Effect of anti-CD40L (αCD40L) treatment on IL-10KO mice infected with T. gondii. (A) IL-10KO mice infected with T. gondii were treated with 200 μg of anti-CD40L (n = 11) or isotype control hamster IgG (n = 11) at days 6 and 8 postinfection, and survival was monitored (P ≥ 0.05). (B) Serum levels of IFN-γ and IL-12 p40 at day 8 postinfection from infected IL-10KO mice treated with anti-CD40L (n = 11) or hamster IgG (n = 10) at days 6 and 8 postinfection. Results shown are pooled data from three separate experiments ± standard deviation.

FIG. 4

Effects of CTLA-4Ig plus anti-CD40L (αCD40L) in IL-10KO mice infected with T. gondii. (A) IL-10KO mice infected with T. gondii were treated with 300 μg of CTLA-4Ig plus 200 μg of anti-CD40L (n = 18) or appropriate isotype control (n = 17) at days 6 and 8 postinfection, and survival was monitored.
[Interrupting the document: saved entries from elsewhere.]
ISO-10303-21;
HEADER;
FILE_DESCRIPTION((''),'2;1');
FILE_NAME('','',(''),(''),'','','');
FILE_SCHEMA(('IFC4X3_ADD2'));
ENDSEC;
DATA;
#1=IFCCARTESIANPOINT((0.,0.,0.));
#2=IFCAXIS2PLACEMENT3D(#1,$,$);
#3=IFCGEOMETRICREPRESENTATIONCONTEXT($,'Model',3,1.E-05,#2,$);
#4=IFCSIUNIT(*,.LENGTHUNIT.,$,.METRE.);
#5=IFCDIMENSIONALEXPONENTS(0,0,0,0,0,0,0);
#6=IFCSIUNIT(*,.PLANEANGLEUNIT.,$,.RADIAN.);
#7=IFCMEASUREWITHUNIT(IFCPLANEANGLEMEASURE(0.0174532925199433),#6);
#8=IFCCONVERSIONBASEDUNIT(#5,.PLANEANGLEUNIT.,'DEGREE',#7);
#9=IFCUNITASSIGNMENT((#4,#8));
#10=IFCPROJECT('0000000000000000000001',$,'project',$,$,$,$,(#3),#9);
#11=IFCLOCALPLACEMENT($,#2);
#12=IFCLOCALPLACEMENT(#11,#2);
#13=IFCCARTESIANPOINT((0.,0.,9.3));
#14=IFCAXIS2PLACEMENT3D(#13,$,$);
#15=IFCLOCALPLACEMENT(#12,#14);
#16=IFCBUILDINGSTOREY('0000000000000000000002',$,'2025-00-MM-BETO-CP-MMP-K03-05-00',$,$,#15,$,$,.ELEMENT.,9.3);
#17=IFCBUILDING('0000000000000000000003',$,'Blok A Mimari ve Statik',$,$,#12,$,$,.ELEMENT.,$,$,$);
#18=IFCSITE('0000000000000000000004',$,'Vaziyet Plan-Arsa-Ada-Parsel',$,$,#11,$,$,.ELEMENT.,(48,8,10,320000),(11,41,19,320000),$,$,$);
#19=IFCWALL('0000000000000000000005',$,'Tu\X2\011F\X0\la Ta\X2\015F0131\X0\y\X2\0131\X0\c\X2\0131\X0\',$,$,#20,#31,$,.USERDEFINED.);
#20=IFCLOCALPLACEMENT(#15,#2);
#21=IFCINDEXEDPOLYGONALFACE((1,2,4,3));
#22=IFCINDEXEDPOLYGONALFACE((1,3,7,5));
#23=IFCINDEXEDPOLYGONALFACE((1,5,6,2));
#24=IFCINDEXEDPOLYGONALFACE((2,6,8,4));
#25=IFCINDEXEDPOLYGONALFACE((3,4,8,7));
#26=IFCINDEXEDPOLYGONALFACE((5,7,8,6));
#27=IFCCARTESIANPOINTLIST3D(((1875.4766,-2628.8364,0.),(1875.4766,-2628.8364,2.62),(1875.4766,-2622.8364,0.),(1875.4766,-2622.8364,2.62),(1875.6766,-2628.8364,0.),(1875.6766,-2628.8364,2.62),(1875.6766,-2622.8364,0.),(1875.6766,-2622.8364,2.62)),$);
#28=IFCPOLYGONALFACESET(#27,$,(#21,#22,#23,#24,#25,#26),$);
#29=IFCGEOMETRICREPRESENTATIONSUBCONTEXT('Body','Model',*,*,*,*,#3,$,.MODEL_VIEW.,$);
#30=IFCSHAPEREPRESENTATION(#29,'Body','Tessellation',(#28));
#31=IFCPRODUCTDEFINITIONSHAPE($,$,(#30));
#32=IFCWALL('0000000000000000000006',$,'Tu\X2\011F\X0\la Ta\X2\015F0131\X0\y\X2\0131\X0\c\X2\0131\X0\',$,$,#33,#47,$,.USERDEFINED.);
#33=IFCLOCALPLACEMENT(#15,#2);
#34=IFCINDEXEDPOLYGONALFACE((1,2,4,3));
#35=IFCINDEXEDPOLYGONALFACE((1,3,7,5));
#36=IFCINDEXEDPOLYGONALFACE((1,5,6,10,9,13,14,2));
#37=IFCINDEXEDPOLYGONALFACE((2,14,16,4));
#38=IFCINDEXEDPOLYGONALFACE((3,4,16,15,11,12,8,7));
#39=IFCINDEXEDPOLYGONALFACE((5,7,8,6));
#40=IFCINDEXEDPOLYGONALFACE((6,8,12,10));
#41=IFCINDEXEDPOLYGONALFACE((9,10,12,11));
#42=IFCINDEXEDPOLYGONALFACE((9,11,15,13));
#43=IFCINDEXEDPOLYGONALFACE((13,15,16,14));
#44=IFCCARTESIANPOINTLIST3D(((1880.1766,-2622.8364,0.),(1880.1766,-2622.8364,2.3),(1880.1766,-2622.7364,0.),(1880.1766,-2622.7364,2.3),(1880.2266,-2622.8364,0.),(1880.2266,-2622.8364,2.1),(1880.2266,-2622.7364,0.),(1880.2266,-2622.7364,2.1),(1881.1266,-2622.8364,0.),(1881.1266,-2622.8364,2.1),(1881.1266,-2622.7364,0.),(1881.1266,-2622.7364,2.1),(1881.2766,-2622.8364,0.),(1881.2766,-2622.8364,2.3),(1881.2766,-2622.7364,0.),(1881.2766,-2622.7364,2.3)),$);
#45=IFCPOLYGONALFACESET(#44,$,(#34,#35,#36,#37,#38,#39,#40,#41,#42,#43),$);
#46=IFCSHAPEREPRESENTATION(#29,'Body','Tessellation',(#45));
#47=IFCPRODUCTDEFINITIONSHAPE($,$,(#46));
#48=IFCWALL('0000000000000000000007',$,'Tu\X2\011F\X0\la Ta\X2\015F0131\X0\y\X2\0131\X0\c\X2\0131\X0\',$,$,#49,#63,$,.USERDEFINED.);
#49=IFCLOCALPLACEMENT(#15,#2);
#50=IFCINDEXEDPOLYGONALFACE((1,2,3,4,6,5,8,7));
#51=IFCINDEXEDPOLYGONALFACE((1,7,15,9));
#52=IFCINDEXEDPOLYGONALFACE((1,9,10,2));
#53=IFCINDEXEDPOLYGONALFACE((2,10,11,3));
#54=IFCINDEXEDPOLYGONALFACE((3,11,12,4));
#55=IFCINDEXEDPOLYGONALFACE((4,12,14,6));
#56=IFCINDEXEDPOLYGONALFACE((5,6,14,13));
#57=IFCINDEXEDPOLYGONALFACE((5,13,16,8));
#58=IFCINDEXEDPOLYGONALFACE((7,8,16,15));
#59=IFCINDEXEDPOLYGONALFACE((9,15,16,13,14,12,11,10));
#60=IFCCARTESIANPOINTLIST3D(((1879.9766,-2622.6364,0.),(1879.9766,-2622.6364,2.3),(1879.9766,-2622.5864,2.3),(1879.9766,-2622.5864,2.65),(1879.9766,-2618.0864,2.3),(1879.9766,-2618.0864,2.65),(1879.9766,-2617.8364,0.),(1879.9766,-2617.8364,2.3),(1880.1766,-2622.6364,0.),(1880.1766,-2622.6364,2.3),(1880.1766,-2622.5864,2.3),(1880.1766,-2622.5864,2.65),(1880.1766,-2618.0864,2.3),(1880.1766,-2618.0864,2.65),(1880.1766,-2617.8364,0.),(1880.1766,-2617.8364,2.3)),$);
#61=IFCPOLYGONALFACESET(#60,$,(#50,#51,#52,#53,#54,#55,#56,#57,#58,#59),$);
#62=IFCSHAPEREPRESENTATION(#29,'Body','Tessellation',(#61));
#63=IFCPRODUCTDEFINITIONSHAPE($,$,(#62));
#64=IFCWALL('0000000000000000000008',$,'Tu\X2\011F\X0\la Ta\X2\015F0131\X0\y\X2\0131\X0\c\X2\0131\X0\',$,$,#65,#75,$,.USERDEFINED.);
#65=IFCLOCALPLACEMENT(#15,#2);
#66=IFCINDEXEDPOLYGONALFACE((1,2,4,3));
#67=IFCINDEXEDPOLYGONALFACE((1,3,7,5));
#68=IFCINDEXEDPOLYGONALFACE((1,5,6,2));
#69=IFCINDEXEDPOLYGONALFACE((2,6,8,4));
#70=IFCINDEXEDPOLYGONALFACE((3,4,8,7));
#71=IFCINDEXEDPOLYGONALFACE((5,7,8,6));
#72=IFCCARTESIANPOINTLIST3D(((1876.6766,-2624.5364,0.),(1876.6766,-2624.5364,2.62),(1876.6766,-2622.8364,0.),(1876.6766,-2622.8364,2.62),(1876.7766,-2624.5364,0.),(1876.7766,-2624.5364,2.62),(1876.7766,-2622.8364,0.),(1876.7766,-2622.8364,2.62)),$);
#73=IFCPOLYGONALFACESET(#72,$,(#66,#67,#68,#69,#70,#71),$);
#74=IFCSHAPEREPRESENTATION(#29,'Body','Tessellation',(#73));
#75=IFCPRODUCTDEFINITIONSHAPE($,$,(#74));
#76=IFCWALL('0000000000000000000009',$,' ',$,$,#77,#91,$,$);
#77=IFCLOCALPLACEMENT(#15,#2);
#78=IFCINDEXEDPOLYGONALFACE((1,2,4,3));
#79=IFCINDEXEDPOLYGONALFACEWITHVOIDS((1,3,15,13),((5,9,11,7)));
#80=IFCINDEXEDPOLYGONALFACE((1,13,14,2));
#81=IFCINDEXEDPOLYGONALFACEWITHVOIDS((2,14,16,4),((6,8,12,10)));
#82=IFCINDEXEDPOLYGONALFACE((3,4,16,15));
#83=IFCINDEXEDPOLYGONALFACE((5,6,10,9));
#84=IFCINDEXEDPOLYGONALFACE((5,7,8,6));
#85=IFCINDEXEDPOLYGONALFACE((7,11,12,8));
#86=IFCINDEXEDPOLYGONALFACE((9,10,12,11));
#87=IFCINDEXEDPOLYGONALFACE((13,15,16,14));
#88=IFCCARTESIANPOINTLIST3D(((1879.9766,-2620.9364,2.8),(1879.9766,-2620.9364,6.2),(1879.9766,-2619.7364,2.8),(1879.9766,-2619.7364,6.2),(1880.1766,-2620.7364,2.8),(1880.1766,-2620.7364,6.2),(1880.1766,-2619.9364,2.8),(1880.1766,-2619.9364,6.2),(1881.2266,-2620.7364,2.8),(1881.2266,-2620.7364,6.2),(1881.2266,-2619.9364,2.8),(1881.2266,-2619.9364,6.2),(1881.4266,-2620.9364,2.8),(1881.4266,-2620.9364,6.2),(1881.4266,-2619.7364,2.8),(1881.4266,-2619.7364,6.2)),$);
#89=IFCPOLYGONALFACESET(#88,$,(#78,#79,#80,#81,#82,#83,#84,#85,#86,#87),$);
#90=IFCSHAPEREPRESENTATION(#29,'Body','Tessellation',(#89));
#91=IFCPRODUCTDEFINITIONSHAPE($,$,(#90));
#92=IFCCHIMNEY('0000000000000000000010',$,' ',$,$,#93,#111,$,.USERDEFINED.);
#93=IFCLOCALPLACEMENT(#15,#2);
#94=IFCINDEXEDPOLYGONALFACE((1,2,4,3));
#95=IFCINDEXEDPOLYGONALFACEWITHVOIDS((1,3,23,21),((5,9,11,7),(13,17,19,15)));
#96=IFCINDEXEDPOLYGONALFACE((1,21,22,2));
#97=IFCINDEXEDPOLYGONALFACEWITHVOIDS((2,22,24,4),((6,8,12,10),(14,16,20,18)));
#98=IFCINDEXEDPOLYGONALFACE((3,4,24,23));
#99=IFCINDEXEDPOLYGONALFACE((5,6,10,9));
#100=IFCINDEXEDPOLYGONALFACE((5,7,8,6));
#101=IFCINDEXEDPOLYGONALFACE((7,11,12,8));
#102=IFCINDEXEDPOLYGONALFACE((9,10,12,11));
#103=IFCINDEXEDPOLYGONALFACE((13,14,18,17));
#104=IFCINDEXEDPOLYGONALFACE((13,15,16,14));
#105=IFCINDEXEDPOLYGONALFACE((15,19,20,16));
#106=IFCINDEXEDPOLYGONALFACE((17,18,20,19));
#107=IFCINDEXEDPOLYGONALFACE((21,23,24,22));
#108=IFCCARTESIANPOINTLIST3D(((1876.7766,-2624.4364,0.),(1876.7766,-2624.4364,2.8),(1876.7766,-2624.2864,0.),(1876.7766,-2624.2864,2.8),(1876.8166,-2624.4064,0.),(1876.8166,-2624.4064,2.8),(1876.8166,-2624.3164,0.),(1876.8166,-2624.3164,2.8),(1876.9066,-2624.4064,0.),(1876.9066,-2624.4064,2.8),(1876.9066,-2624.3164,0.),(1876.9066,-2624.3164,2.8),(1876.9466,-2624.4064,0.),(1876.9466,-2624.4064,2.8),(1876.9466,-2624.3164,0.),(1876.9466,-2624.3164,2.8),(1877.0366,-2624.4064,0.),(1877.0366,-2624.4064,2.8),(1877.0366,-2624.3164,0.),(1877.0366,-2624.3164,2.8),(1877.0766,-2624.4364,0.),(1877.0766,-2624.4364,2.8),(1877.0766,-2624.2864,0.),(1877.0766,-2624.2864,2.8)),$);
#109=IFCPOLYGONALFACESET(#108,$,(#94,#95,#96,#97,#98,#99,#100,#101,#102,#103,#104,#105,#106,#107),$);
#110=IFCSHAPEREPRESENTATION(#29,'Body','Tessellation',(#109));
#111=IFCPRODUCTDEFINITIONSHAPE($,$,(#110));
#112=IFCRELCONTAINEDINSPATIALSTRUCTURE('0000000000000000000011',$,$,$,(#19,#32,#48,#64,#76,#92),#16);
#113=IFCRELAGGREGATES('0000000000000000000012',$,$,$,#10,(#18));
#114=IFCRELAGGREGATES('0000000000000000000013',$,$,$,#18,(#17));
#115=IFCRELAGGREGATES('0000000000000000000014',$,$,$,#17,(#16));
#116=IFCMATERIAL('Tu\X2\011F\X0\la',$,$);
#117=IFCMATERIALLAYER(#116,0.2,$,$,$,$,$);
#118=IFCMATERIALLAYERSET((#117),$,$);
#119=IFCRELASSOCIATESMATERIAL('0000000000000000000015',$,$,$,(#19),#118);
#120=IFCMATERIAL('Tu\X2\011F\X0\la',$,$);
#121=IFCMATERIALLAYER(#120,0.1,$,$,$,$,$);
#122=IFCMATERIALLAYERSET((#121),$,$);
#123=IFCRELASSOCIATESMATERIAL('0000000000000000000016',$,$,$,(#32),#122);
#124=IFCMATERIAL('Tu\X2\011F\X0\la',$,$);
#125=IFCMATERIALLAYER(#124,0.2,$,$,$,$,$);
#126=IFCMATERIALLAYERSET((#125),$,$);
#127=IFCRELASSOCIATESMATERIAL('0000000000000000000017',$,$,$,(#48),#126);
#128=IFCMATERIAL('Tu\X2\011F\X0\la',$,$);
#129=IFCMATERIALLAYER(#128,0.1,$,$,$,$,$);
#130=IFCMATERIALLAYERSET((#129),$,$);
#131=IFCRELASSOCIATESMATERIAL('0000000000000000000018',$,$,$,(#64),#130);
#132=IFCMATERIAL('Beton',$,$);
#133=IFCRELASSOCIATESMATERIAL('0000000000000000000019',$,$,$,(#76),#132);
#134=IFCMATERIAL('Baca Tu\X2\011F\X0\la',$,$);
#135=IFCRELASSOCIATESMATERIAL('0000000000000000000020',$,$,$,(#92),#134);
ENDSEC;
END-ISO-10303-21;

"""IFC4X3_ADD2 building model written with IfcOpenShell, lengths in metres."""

from ifc_helpers import new_model, entity, si_unit, converted_unit, frame, frame_2d, origin, origin_with_axes, place, context, subcontext, project, spatial, polyline, rectangle, outline, extrude, clip, bounded_halfspace, material, layer, layer_set, layer_usage, element, save


model = new_model("IFC4X3_ADD2")

# Units and contexts
model_context = context("Model", 3, precision=1e-05, world=origin())
body_context = subcontext(model_context, "Body", "Model", "MODEL_VIEW")
ifc_project = project(units=[si_unit("LENGTHUNIT", "METRE"), converted_unit("PLANEANGLEUNIT", "DEGREE", entity("IfcPlaneAngleMeasure", 0.0174532925199433), si_unit("PLANEANGLEUNIT", "RADIAN"), dimensions=[0, 0, 0, 0, 0, 0, 0])], contexts=[model_context])

# Site, building, storey
site_placement = place(None, origin())
site = spatial("IfcSite", under=ifc_project, at=site_placement, Name="Vaziyet Plan-Arsa-Ada-Parsel", CompositionType="ELEMENT", RefLatitude=(48, 8, 10, 320000), RefLongitude=(11, 41, 19, 320000))
building_placement = place(site_placement, origin())
building = spatial("IfcBuilding", under=site, at=building_placement, Name="Blok A Mimari ve Statik", CompositionType="ELEMENT")
storey_placement = place(building_placement, frame((0.0, 0.0, 9.3)))
storey = spatial("IfcBuildingStorey", under=building, at=storey_placement, Name="2025-00-MM-BETO-CP-MMP-K03-05-00", CompositionType="ELEMENT", Elevation=9.3)

# Wall
ifc_material_1 = material(Name="Tuğla")
ifc_layer_1 = layer(ifc_material_1, 0.2)
ifc_layer_set_1 = layer_set([ifc_layer_1])
ifc_layer_usage_1 = layer_usage(ifc_layer_set_1, "AXIS2", "POSITIVE", 0.0)
wall_1_placement = place(storey_placement, frame((1875.4766, -2622.8364, 0.0), z_axis=(0.0, 0.0, 1.0), x_axis=(0.0, -1.0, 0.0)))
element("IfcWall", 1, at=wall_1_placement, inside=storey, material=ifc_layer_usage_1, Name="Tuğla Taşıyıcı", PredefinedType="USERDEFINED", context=body_context, shape_type="SweptSolid", body=[
    extrude(rectangle(XDim=6.0, YDim=0.2, at=frame_2d((3.0, 0.1), x_axis=(1.0, 0.0))), origin_with_axes(), (0.0, 0.0, 1.0), 2.62),
])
Mice treated with CTLA-4Ig plus anti-CD40L survived >30 days (P ≤ 0.0001). (B) Serum levels of IFN-γ and IL-12p40 at day 8 postinfection from infected IL-10KO mice treated with CTLA-4Ig plus anti-CD40L (n = 18) or isotype control (n = 17) at days 6 and 8 postinfection. Results shown are pooled data from three separate experiments ± standard error. The asterisk indicates P < 0.05 using a paired Wilcoxon Mann-Whitney test.

FIG. 5

Effects of CTLA-4Ig plus anti-CD40L on iNOS expression in livers and spleens of IL-10KO mice infected with T. gondii. IL-10KO mice were infected with T. gondii and treated with 300 μg of CTLA-4Ig plus 200 μg of anti-CD40L or appropriate isotype control on day 6 postinfection. On day 7 postinfection, livers (A and B) and spleens (C and D) of infected IL-10KO mice treated with an isotype control (A and C) or CTLA-4Ig plus anti-CD40L treated mice (B and D) were harvested and stained for iNOS expression as described in Materials and Methods. Magnification, ×200. Arrows indicate areas of coagulative necrosis. Asterisks show areas of cellular infiltrations. Brown precipitate indicates iNOS-positive cells.